Divide and Conquer Using Two R-trees

  • Algorithm: Divides the dataset into two parts (subspaces), builds separate R-trees, and performs nearest neighbor searches in each subspace. The results are then compared to determine the closest point.
  • Time Complexity: Lower search space complexity with some additional overhead from tree management.
  • Usage: Effective for very large datasets, leveraging dataset division to reduce search complexity.

Task 2: Skyline Query Search

Task 2 focuses on Skyline Query Search, which identifies points in a dataset that are not dominated by any other point. A point is considered a skyline point if there is no other point that is both cheaper and larger (for cost-size data) than it.

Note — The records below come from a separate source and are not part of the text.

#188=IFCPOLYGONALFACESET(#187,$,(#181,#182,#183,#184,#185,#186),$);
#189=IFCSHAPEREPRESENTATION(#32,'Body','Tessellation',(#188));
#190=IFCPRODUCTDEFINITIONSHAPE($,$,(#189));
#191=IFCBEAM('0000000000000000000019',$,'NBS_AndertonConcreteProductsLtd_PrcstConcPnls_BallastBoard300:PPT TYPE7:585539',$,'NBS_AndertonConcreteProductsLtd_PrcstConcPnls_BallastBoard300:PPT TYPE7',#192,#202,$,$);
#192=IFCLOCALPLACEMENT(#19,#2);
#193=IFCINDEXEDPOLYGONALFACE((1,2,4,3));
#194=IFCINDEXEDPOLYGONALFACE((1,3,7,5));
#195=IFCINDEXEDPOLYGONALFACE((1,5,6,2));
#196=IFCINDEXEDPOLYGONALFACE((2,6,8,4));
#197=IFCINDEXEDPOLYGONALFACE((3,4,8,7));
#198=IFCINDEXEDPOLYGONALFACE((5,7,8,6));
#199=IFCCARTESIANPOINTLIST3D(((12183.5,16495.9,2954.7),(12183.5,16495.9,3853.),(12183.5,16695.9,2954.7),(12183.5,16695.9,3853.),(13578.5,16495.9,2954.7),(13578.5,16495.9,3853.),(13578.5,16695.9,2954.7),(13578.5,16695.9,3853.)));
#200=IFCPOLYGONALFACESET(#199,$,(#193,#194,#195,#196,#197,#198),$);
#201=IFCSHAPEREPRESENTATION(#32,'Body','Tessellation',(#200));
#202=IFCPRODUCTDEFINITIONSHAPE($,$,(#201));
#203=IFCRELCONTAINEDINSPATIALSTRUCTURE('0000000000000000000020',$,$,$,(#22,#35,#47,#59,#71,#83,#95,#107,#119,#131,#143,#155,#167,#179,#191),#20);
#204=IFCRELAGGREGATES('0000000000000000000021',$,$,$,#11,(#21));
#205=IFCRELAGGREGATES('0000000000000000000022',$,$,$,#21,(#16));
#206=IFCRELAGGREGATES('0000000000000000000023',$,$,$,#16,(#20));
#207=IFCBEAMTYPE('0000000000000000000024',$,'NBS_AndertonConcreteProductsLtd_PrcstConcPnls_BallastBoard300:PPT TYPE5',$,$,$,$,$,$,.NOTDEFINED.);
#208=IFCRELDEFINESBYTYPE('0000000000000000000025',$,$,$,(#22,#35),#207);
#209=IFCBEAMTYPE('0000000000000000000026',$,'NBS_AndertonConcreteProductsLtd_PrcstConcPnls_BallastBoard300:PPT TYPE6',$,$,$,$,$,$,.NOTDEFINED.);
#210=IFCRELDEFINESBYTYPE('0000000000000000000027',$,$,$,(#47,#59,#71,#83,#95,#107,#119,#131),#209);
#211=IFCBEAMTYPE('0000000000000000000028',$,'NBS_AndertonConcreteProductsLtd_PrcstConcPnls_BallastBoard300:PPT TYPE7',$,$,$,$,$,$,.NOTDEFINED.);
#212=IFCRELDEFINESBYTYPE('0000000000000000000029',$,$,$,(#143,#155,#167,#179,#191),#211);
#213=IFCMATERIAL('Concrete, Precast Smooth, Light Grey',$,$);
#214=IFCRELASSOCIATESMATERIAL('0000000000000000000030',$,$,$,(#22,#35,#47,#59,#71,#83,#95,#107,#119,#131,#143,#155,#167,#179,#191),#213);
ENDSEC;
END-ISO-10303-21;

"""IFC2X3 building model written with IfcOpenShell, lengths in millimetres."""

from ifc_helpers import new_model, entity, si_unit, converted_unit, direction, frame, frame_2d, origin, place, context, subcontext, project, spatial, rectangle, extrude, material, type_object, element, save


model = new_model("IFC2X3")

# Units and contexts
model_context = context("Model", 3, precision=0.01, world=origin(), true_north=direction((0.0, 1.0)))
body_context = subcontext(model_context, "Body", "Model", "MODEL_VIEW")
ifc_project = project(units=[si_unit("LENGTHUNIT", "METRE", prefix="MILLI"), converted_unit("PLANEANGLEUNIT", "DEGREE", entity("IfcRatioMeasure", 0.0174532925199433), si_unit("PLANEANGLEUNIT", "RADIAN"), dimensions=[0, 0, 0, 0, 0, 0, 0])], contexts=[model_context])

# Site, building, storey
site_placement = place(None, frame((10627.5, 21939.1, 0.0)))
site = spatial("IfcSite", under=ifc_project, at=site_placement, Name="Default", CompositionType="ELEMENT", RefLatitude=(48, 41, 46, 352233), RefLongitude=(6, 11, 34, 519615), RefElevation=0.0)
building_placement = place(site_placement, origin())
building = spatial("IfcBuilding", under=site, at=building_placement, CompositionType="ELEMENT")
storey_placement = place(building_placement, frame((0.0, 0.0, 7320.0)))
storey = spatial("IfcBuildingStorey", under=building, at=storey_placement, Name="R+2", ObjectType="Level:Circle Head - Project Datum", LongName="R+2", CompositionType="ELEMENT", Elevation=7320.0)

Sequential Scan Skyline Search

  • Algorithm: Compares each point in the dataset against every other point to check for dominance, adding non-dominated points to the skyline.
  • Time Complexity: (O(n^2))
  • Usage: Suitable for small datasets; impractical for large datasets due to quadratic complexity.

Branch-and-Bound Skyline (BBS) Search Using R-tree

  • Algorithm: Uses an R-tree with a branch-and-bound strategy, which filters out points that are unlikely to be part of the skyline. Only necessary nodes are expanded, significantly reducing the number of comparisons.
  • Time Complexity: (O(n \log n)), depending on dataset size and tree structure.
  • Usage: Highly effective for larger datasets due to optimized node exploration, leveraging R-tree properties.

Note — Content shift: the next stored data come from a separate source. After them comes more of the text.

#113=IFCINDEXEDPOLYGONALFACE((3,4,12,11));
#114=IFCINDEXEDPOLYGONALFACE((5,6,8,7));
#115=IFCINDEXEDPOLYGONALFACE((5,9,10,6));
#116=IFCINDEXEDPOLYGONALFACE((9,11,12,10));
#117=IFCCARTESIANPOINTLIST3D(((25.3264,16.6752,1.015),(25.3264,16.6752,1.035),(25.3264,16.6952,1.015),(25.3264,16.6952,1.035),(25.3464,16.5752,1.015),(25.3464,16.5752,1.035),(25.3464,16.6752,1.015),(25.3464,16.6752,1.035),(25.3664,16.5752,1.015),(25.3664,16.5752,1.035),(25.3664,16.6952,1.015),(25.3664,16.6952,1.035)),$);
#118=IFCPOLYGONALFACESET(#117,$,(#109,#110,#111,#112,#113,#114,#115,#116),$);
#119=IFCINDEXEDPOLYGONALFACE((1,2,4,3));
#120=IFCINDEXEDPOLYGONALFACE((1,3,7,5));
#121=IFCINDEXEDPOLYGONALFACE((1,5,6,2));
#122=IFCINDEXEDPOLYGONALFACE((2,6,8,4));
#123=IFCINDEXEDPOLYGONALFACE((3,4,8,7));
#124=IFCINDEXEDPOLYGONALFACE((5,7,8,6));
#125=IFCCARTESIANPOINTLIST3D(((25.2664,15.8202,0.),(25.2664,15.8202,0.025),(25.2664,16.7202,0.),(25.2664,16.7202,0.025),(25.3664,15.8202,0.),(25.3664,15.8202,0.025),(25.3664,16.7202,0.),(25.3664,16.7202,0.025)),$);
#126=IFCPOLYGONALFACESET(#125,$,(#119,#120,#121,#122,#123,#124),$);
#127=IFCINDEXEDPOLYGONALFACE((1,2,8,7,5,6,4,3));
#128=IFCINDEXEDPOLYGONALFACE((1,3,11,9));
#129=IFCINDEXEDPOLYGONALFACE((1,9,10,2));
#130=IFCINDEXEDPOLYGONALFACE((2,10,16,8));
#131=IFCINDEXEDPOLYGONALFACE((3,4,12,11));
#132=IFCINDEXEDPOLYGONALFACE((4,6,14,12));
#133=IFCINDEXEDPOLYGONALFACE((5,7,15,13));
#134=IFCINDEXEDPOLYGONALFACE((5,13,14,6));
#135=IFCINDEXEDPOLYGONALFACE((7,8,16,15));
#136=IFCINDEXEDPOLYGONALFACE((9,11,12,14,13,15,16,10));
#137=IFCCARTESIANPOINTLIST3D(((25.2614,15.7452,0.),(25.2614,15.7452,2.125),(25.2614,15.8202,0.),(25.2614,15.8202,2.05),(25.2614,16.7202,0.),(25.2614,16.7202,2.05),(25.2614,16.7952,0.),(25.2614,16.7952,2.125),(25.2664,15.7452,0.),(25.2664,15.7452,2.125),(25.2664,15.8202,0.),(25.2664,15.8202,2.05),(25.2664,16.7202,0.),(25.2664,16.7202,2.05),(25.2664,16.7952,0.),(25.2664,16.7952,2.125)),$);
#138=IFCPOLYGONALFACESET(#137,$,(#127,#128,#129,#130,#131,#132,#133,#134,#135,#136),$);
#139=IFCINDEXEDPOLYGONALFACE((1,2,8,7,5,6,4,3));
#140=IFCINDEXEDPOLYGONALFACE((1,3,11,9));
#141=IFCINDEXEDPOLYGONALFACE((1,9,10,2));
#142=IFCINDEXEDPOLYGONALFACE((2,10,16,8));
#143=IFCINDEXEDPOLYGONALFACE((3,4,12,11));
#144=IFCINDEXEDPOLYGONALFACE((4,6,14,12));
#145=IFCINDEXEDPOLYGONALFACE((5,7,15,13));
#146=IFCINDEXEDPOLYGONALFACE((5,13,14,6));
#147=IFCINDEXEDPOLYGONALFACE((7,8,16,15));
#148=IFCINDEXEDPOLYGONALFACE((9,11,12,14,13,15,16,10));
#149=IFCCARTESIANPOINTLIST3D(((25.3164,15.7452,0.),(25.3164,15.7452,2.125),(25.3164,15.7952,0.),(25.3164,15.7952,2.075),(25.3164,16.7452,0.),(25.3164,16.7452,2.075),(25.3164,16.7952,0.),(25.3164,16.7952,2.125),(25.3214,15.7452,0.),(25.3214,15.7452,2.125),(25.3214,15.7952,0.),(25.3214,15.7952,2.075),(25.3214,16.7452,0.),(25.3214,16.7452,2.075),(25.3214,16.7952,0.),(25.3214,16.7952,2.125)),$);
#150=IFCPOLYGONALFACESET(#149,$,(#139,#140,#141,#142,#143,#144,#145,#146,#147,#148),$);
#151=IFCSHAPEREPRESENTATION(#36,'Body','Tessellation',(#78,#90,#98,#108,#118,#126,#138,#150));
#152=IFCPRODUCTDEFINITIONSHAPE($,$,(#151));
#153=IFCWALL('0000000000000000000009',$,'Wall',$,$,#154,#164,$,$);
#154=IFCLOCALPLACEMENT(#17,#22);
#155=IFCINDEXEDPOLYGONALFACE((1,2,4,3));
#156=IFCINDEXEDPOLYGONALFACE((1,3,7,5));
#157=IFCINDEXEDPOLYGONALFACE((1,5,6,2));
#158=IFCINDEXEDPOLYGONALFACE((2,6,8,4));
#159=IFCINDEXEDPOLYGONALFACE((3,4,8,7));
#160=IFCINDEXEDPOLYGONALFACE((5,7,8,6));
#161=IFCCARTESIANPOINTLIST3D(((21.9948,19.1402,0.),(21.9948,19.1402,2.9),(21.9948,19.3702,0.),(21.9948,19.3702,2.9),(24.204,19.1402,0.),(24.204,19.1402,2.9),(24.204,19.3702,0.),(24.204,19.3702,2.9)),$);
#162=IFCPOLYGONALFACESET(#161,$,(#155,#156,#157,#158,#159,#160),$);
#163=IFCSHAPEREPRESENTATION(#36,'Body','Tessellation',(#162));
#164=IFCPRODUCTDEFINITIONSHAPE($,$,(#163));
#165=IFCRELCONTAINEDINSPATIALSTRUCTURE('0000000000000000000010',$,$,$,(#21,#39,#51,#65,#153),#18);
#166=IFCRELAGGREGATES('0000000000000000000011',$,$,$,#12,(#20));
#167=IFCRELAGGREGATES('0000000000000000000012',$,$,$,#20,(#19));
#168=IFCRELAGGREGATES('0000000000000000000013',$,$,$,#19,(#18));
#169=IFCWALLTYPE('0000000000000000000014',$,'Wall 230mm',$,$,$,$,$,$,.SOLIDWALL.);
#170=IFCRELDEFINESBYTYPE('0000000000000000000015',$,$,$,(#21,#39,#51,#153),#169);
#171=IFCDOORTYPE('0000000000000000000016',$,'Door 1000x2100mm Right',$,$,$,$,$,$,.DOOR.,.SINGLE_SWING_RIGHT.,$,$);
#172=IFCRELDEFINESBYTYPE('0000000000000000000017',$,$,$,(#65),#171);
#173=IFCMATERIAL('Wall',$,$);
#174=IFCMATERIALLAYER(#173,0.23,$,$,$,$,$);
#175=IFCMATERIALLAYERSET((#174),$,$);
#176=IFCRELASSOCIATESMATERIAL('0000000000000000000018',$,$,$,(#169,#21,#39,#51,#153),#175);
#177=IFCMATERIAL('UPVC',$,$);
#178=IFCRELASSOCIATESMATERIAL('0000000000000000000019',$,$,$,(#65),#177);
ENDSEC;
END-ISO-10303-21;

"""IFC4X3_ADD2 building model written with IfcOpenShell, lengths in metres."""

Divide and Conquer BBS Skyline Search

  • Algorithm: Splits the dataset into two parts based on a single dimension, performs the BBS skyline search on each half, and combines results while eliminating any dominated points in the combined skyline.
  • Time Complexity: (O(n \log n)) for each subset, with added complexity in merging.
  • Usage: Particularly advantageous for extremely large datasets, as it reduces the number of dominance checks.

Usage Instructions

To run the tasks and generate output files, follow these steps:

  1. Prepare Dataset Files: Ensure that dataset files are correctly formatted and located in the working directory. Supported datasets include city and facility data files (e.g., city2.txt, parking_dataset.txt).

  2. Run Task 1 (Nearest Neighbor Search):

    python Task1.py

    Results will be saved to output_nearest_neighbors.txt.

  3. Run Task 2 (Skyline Query Search):

    python Task2.py

    Results will be saved to output_skyline.txt.

Performance Analysis

Each task’s output file includes both results and performance metrics for comparing algorithm efficiency. The performance data includes:

  • Task 1 Output: Lists nearest neighbors found for each query point by each algorithm, along with execution times.
  • Task 2 Output: Lists skyline points identified by each algorithm and the respective execution times.

Sample Output for Task 1 (Nearest Neighbor Search):

Sequential Scan - Query 1: id=69898, x=47.31, y=128.88
Best First - Query 1: id=69898, x=47.31, y=128.88
Divide and Conquer - Query 1: id=69898, x=47.31, y=128.88

Total running time (Sequential Scan): 7.18 seconds, Average time: 0.036 seconds
Total running time (Best First): 30.61 seconds, Average time: 0.153 seconds
Total running time (Divide and Conquer): 28.90 seconds, Average time: 0.145 seconds

Sample Output for Task 2 (Skyline Query Search):

Sequential Scan Skyline Results:
74464 300.0 790.74
...
Sequential Scan Time: 1.9445 seconds

BBS Skyline Results:
74464 300.0 790.74
...
BBS Execution Time: 0.0106 seconds

BBS with Divide-and-Conquer Skyline Results:
74464 300.0 790.74
...
Divide-and-Conquer Execution Time: 21.4461 seconds

Project Report and Presentation

  • Project Report: Contains a detailed description of the project’s goals, algorithm designs, implementation details, and performance evaluations.
  • Presentation Slides: Summarizes the project in a concise format, suitable for group presentation, with key findings and visual aids.

References

  1. Guttman, A. (1984). R-trees: A Dynamic Index Structure for Spatial Searching.
  2. Ding, W., et al. (2006). Branch-and-Bound Skyline Computation in Metric Spaces.
  3. Video Presentation: Watch here

This README provides a comprehensive overview of the project, including usage,

algorithm details, and performance insights, to help users understand and interact with the code effectively.